**About this exercise**
Within the listing below, count the lines that include "RefElevation" and give the count alone.

========

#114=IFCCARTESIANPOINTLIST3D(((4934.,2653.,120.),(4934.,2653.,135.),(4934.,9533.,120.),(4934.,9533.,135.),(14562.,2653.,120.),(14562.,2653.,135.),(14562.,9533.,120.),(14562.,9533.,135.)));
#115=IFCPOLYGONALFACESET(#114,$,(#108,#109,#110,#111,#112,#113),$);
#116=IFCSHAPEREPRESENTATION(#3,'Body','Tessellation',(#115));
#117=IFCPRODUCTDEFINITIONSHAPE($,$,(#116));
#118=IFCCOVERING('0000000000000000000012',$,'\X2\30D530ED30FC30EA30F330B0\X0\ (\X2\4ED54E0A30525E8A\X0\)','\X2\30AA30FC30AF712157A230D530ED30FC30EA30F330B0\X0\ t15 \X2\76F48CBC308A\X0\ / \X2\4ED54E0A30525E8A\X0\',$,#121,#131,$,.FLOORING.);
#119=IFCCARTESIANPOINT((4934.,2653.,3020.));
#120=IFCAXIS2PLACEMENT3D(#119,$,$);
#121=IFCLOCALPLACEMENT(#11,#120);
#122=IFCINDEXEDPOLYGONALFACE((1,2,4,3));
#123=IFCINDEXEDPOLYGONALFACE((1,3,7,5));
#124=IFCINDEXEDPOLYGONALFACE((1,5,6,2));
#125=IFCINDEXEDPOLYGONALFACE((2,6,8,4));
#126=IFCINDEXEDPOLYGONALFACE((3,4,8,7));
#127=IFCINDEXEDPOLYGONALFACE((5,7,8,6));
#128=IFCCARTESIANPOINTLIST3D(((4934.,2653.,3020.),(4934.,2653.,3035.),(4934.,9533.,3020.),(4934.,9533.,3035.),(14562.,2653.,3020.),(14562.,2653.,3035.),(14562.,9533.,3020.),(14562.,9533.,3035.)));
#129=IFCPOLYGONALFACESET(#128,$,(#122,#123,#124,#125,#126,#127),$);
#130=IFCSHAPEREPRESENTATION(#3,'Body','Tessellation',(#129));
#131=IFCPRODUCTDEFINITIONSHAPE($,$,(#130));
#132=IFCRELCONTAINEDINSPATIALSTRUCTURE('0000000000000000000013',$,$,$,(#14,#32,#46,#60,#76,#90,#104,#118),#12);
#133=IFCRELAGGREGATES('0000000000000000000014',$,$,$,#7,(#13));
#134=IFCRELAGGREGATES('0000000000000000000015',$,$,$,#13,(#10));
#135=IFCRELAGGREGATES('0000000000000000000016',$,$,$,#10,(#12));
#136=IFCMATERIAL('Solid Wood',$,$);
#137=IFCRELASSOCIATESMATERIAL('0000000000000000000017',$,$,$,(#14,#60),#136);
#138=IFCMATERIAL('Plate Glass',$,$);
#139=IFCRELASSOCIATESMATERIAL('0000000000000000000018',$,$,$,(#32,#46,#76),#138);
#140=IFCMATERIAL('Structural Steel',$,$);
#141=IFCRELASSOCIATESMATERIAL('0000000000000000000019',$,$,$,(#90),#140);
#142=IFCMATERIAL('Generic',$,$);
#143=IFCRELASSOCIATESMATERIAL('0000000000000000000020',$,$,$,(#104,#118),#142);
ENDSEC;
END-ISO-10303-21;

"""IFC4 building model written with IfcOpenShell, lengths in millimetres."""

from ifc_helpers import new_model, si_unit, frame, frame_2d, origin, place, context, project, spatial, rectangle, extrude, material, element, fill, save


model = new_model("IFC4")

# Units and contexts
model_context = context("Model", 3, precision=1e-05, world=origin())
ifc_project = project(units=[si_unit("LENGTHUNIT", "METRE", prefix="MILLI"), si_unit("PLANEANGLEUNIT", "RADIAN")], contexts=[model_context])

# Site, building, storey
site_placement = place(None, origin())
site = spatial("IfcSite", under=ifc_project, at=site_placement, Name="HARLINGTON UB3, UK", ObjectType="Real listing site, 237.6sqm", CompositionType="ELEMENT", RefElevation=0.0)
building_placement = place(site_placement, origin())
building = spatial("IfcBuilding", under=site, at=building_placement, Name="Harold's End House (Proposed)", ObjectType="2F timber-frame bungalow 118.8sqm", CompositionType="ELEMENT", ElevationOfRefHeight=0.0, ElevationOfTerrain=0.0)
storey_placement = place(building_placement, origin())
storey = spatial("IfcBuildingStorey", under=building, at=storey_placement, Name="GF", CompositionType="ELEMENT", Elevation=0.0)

========

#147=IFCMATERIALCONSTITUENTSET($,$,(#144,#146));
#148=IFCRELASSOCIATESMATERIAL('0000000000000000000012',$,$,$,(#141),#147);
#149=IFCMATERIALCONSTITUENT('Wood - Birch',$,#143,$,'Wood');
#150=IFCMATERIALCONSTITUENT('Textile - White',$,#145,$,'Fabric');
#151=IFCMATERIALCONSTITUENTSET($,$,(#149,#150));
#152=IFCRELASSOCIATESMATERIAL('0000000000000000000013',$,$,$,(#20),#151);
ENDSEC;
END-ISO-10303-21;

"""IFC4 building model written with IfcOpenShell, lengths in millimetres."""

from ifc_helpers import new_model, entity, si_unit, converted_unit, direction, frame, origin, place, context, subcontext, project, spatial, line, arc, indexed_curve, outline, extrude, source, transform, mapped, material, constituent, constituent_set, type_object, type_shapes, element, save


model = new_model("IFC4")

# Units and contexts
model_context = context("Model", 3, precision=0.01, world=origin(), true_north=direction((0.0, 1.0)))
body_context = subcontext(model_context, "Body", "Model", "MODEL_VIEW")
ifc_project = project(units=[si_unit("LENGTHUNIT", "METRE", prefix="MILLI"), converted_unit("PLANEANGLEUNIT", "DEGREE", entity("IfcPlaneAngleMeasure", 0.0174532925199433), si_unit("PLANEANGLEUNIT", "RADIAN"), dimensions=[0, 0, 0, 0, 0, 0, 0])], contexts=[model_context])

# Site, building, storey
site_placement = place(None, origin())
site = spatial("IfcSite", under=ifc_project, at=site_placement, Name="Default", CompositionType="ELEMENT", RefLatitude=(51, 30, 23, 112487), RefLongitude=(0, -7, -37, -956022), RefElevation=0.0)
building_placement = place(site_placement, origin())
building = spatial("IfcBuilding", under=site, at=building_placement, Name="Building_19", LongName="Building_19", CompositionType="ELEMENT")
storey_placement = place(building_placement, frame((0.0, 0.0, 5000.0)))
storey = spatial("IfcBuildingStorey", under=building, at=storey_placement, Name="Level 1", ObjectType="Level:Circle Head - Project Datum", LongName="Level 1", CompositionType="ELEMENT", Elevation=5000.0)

========

**Answer below**
2